Universitas Muhammadiyah Tangerang (UMT) secara resmi telah mulai melaksanakan tes TOEIC secara Paper-Based Test (PBT) pada tanggal 12 Oktober 2020 di Aula UMT. Tentunya dengan menerapkan protokol kesehatan yang ketat untuk mencegah resiko penularan COVID-19. Kegiatan ini dibuka oleh Rektor Universitas Muhammadiyah Tangerang, yaitu Bapak Dr. H. Ahmad Amarullah, M.Pd. dan ketua pusat bahasa, Bapak Abdurrosyid, SS., M.EIL., Cert TA sebagai penanggung jawab pelaksanaan di Universitas Muhammadiyah Tangerang.

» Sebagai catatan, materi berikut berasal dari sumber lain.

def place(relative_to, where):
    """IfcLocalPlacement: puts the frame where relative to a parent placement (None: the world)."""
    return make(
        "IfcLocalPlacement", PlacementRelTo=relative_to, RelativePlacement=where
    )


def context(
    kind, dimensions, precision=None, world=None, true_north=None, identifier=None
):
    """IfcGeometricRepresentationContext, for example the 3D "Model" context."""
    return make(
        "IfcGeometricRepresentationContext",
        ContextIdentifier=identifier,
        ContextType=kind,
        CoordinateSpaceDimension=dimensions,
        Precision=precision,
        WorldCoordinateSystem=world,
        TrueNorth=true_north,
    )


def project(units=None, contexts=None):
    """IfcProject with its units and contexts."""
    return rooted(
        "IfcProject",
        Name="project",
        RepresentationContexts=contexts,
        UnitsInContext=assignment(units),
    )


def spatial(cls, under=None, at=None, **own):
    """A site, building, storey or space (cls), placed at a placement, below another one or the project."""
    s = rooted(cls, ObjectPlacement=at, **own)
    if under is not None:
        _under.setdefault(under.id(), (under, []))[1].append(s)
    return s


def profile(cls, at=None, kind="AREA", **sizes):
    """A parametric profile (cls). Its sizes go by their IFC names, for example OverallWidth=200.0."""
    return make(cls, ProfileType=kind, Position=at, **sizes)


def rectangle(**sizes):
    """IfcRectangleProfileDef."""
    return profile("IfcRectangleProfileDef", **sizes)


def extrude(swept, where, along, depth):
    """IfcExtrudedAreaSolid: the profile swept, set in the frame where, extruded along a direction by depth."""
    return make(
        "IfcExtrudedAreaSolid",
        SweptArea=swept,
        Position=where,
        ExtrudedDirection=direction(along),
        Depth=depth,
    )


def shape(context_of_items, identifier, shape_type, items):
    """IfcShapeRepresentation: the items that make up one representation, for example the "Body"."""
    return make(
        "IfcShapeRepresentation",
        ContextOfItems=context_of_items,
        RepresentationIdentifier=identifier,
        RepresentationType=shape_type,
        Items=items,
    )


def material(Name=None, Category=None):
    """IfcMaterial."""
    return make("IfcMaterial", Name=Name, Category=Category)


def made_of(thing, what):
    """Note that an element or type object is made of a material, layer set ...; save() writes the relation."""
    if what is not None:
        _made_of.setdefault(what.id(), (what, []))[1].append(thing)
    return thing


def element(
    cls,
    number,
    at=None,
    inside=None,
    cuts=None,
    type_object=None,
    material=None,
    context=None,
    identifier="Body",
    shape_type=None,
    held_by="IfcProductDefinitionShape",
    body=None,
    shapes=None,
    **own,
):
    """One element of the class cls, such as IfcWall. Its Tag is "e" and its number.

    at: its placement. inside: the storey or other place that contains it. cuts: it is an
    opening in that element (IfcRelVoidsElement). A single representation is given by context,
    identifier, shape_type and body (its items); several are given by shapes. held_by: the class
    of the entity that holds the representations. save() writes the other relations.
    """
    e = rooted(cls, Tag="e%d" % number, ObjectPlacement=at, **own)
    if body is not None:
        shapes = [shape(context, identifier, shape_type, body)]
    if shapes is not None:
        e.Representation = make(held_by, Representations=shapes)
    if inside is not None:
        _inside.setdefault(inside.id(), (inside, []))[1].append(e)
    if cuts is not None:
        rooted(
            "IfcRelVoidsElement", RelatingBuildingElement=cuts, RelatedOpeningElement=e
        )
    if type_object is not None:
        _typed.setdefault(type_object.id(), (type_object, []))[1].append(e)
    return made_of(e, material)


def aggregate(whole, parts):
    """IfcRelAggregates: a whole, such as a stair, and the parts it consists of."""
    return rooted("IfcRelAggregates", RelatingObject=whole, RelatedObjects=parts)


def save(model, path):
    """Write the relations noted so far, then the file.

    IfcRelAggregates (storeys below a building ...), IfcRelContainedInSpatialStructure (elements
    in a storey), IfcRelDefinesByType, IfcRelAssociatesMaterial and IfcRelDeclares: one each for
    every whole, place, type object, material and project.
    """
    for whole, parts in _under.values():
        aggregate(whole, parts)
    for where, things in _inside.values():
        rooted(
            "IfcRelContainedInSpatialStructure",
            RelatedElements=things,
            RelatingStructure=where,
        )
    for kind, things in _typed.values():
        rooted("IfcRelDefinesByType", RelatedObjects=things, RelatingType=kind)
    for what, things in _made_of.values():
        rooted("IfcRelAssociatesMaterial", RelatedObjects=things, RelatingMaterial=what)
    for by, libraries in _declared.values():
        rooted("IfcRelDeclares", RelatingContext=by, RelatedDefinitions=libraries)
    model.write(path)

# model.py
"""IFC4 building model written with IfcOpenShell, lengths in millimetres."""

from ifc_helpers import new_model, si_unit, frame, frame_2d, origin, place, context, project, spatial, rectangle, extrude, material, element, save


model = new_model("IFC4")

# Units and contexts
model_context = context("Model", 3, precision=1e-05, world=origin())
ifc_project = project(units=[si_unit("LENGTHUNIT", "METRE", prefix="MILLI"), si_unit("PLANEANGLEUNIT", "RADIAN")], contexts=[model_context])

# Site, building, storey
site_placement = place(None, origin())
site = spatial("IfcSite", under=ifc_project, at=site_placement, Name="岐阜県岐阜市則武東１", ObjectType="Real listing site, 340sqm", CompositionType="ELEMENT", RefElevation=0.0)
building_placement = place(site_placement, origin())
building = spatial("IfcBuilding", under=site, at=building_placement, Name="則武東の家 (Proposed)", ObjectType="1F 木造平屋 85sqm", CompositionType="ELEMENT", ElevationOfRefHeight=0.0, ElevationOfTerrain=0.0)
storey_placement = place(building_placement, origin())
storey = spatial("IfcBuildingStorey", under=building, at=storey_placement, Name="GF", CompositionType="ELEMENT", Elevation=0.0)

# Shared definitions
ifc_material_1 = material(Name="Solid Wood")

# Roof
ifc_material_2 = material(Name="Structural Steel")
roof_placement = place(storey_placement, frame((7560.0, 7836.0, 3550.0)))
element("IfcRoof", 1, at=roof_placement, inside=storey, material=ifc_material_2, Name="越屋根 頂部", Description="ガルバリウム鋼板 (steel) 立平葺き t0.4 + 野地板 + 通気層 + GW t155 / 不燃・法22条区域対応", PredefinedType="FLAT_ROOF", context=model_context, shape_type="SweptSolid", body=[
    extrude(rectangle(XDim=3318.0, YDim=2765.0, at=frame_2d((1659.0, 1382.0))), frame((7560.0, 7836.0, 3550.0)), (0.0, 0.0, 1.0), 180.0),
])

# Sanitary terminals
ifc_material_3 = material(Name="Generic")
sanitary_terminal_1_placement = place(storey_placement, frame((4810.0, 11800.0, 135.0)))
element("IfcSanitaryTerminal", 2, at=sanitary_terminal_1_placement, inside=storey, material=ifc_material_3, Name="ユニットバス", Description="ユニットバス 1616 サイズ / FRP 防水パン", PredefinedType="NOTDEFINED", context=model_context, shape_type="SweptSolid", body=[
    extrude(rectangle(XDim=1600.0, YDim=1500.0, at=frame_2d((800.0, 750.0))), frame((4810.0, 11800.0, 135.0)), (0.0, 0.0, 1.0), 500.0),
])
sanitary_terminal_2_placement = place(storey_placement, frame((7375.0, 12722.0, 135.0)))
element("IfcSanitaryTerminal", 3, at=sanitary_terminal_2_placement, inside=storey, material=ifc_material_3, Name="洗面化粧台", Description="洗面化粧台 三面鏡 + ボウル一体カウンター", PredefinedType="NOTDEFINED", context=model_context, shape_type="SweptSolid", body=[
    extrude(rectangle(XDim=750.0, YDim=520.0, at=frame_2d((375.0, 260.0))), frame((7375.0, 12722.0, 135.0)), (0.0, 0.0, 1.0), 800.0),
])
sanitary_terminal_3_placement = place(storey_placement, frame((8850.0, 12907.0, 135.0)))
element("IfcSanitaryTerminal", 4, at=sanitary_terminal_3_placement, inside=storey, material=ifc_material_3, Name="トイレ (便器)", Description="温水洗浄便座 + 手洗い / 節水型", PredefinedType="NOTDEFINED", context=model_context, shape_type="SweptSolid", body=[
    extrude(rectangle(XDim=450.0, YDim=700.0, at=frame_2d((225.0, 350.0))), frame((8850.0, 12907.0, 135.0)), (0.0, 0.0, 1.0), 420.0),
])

Pelaksanaan tes TOEIC ini berlangsung dimulai dari tanggal 12 Oktober hingga 16 Oktober 2020 dengan jumlah peserta lebih dari 800 mahasiswa. Untuk pelaksanaan yang lancar dan sesuai protokol kesehatan, tata ruang pelaksanaan sertifikasi TOEIC disetting dengan jarak duduk antar peserta kurang lebih 1,5 meter. Pelaksanaan juga terbatas hanya 2 sesi dalam 1 hari, di mana per sesinya hanya mengakomodir sebanyak 85 peserta. yang dibagi menjadi 2 sesi: pagi dan siang dan diawasi langsung oleh Supervisior Test yaitu Bapak Mohammad Noordandy. Kegiatan ini dipimpin langsung oleh Kepala Divisi Test Administration Division dari International Test Center, Bapak Dandy, yang sebelumnya pada saat seremonial penandatanganan MoA juga memberikan briefing bagi proctor/penjaga tes untuk membantu memaksimalkan kinerja rangkaian pelaksanaan sertifikasi TOEIC untuk Universitas Muhammadiyah Tangerang.

Sertifikasi TOEIC ini bertujuan untuk menilai kemampuan bahasa Inggris mahasiswa tingkat akhir dan menjadi salah satu syarat mendapatkan SKPI. Calon lulusan diharapkan memiliki kemampuan bahasa Inggris yang memadai untuk memasuki dunia kerja, ataupun melanjutkan jenjang pendidikan berikutnya.
Selain itu, rencana pada tahun 2021 juga akan dilaksanakan tes berikutnya bagi lebih dari 4000 mahasiswa. Semoga dapat berjalan lancar, dan memberikan motivasi bagi mahasiswa untuk mengingkatkan kemampuan bahasa Inggris kedepannya dan meningkatkan kualitas lulusan Univeristas Muhammadiyah Tangerang.